I have been successfully extracting non-ASCII characters from Teradata V2R6 on Windows using the ODBC 220.127.116.11 driver with the session character set UTF8. After upgrading to Teradata 12 and ODBC v12 all non-ASCII characters are getting corrupted even though the character set in the ODBC DSN is set to UTF8. Choosing UTF16 has the same problem. The problem occurs back to at least ODBC 18.104.22.168 and it makes no difference whether I connect to Teradata 12 or V2R6.
The ODBC 12 user guide says that "Teradata UTF8 and UTF16 session character sets on Windows work with the Translation DLL selected by the Translation DLL= keyword". I assume that refers to an entry in the odbc.ini file, but it doesn't describe what the options are. There are also fields in the ODBC DSN for "Translation DLL Name" and "Translation Option", but the user guide doesn't say what DLL to use.

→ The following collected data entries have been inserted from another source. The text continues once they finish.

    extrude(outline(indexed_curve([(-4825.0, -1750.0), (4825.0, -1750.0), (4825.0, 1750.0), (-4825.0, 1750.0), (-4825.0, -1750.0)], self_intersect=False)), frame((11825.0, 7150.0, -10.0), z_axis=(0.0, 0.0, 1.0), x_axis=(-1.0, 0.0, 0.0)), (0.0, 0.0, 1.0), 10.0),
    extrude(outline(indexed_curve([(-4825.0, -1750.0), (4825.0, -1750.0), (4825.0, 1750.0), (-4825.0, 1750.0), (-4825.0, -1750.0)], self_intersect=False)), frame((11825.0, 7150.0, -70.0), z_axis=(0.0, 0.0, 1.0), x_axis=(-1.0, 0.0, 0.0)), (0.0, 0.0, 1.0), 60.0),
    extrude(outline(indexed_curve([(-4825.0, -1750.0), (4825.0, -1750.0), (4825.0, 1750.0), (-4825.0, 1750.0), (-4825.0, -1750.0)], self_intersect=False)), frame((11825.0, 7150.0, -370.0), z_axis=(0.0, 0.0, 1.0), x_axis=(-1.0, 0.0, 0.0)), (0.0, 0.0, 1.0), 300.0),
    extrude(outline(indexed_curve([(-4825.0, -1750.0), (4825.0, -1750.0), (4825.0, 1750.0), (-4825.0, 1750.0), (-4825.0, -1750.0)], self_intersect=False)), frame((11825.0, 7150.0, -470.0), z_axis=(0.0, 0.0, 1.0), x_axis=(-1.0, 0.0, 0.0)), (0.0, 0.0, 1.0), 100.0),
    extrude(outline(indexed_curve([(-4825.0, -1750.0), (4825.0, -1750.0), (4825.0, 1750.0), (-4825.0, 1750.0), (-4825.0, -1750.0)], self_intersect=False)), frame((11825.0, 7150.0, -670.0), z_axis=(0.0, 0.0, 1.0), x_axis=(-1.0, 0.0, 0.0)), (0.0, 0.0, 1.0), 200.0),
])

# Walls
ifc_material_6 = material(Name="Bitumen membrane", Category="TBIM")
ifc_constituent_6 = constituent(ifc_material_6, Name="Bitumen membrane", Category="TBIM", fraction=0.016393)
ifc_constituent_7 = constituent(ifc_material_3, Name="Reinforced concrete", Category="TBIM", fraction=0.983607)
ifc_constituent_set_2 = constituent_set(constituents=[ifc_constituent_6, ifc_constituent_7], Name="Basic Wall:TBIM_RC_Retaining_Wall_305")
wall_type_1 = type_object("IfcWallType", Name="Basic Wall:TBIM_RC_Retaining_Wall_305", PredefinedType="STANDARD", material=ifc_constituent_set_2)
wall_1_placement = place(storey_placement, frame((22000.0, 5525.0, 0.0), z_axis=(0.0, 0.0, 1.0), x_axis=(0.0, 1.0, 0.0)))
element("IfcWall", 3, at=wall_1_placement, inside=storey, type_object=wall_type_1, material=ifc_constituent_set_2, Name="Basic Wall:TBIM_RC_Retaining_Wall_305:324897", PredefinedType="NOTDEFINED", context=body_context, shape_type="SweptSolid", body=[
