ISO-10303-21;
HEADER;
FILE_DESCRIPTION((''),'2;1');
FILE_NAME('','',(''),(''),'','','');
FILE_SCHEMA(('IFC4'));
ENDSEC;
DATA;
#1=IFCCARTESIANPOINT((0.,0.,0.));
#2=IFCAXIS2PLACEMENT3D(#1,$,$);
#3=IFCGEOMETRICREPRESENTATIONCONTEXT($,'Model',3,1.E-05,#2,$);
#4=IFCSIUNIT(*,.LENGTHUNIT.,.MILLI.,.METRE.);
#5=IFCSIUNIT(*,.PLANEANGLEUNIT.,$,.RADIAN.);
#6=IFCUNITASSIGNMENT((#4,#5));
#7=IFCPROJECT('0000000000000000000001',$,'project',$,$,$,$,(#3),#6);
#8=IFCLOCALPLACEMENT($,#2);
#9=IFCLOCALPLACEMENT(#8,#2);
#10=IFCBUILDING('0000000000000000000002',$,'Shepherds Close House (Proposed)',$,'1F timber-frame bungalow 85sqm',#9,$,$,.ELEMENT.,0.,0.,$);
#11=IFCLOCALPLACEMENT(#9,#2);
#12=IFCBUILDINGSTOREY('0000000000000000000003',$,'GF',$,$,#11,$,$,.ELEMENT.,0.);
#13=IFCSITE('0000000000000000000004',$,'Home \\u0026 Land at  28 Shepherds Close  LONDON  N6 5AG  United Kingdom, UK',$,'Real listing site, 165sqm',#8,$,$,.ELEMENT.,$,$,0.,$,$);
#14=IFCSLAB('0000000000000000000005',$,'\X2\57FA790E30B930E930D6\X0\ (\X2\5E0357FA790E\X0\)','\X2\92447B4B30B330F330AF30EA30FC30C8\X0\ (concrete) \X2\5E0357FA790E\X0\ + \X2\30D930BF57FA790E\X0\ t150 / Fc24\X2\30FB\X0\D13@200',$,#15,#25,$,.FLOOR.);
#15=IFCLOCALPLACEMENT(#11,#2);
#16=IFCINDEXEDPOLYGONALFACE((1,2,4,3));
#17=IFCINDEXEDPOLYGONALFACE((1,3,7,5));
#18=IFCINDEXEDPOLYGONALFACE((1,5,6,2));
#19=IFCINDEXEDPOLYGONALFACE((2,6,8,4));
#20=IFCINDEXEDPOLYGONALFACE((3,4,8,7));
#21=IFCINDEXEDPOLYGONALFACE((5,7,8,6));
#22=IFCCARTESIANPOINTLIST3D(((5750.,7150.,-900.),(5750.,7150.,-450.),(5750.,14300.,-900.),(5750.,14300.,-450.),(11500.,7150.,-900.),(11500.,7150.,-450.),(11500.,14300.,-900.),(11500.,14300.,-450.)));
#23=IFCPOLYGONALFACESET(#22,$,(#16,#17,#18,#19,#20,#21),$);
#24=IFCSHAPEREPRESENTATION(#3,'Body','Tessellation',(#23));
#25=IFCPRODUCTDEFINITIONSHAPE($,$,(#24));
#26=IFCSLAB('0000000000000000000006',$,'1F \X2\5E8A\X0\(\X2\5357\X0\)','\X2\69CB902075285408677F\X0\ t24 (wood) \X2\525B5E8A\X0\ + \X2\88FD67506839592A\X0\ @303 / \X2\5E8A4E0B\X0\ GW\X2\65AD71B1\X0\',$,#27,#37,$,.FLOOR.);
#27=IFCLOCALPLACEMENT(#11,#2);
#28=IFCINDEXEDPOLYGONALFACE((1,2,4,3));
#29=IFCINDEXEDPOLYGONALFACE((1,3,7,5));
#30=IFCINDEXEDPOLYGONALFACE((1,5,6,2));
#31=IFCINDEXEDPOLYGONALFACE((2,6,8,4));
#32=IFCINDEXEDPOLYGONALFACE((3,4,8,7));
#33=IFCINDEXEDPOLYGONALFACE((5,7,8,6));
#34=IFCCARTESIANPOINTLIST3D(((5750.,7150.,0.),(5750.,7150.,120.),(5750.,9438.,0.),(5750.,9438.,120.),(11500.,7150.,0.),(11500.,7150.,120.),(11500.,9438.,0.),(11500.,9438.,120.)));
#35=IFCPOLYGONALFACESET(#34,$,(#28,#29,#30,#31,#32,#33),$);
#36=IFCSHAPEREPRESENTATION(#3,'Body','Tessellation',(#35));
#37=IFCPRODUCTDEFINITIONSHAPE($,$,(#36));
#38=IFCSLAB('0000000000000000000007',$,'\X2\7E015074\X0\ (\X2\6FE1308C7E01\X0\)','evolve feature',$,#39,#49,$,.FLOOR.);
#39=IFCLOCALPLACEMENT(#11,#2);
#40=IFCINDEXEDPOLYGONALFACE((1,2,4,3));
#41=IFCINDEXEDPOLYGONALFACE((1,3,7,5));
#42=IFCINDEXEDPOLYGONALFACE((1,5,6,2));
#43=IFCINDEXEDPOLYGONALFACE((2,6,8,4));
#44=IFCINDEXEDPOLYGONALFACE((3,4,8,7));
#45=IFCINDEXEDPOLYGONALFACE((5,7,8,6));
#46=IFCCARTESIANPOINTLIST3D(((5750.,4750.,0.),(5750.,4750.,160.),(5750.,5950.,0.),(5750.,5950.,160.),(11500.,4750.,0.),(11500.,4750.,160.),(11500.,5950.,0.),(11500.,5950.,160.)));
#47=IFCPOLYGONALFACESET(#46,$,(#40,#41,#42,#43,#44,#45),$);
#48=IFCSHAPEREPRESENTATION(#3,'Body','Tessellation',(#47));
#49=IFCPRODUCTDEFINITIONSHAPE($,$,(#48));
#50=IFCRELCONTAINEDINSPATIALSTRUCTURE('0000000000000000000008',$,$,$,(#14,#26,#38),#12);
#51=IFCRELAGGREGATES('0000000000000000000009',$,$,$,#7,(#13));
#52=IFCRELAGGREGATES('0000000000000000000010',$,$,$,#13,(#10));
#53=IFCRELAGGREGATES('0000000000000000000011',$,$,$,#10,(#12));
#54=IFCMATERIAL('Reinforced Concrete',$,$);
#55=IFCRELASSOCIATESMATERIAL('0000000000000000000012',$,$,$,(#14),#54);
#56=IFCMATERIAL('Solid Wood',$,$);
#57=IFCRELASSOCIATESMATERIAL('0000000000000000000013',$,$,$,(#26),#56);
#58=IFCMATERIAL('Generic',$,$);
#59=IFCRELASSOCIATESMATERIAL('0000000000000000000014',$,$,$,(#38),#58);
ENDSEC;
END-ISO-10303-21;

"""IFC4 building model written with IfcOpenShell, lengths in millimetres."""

from ifc_helpers import new_model, si_unit, frame, frame_2d, origin, place, context, project, spatial, rectangle, extrude, material, element, save


model = new_model("IFC4")

# Units and contexts
model_context = context("Model", 3, precision=1e-05, world=origin())
ifc_project = project(units=[si_unit("LENGTHUNIT", "METRE", prefix="MILLI"), si_unit("PLANEANGLEUNIT", "RADIAN")], contexts=[model_context])

# Site, building, storey
site_placement = place(None, origin())
site = spatial("IfcSite", under=ifc_project, at=site_placement, Name="Home \\u0026 Land at  28 Shepherds Close  LONDON  N6 5AG  United Kingdom, UK", ObjectType="Real listing site, 165sqm", CompositionType="ELEMENT", RefElevation=0.0)
building_placement = place(site_placement, origin())
building = spatial("IfcBuilding", under=site, at=building_placement, Name="Shepherds Close House (Proposed)", ObjectType="1F timber-frame bungalow 85sqm", CompositionType="ELEMENT", ElevationOfRefHeight=0.0, ElevationOfTerrain=0.0)
storey_placement = place(building_placement, origin())
storey = spatial("IfcBuildingStorey", under=building, at=storey_placement, Name="GF", CompositionType="ELEMENT", Elevation=0.0)

# Slabs
ifc_material_1 = material(Name="Reinforced Concrete")
slab_1_placement = place(storey_placement, frame((2875.0, 3575.0, -450.0)))
element("IfcSlab", 1, at=slab_1_placement, inside=storey, material=ifc_material_1, Name="基礎スラブ (布基礎)", Description="鉄筋コンクリート (concrete) 布基礎 + ベタ基礎 t150 / Fc24・D13@200", PredefinedType="FLOOR", context=model_context, shape_type="SweptSolid", body=[
    extrude(rectangle(XDim=5750.0, YDim=7150.0, at=frame_2d((2875.0, 3575.0))), frame((2875.0, 3575.0, -450.0)), (0.0, 0.0, 1.0), 450.0),
])
ifc_material_2 = material(Name="Solid Wood")
slab_2_placement = place(storey_placement, frame((2875.0, 3575.0, 0.0)))
element("IfcSlab", 2, at=slab_2_placement, inside=storey, material=ifc_material_2, Name="1F 床(南)", Description="構造用合板 t24 (wood) 剛床 + 製材根太 @303 / 床下 GW断熱", PredefinedType="FLOOR", context=model_context, shape_type="SweptSolid", body=[
    extrude(rectangle(XDim=5750.0, YDim=2288.0, at=frame_2d((2875.0, 1144.0))), frame((2875.0, 3575.0, 0.0)), (0.0, 0.0, 1.0), 120.0),
])
ifc_material_3 = material(Name="Generic")
slab_3_placement = place(storey_placement, frame((2875.0, 2375.0, 0.0)))
element("IfcSlab", 3, at=slab_3_placement, inside=storey, material=ifc_material_3, Name="縁側 (濡れ縁)", Description="evolve feature", PredefinedType="FLOOR", context=model_context, shape_type="SweptSolid", body=[
    extrude(rectangle(XDim=5750.0, YDim=1200.0, at=frame_2d((2875.0, 600.0))), frame((2875.0, 2375.0, 0.0)), (0.0, 0.0, 1.0), 160.0),
])

save(model, "model.ifc")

Is the translation DLL included in the ODBC installation? If not, where do I find one to translate to UTF8?
If your session-character-set is UTF8, all the character data ODBC driver receiving from database will be in UTF8. Later, it depends on how your application is fetching that data from ODBC.
- If application is fetching data to ANSI buffers i.e., SQL_C_CHAR, then the UTF8 data will be converted to a code page matching your windows locale.
- if application is fetching data to Unicode buffers, i.e., SQL_C_WCHAR, then the UTF8 data will be converted to UTF16.
Remember you cannot get UTF8 data into your application buffers(on MS Windows). This UTF8 pass-thru(to SQL_C_CHAR buffers) was disabled when Teradata ANSI driver became Unicode driver i.e., starting version 22.214.171.124. Look at "UTF8 Pass Through Functionality" section in user guide under "International Character Set Support".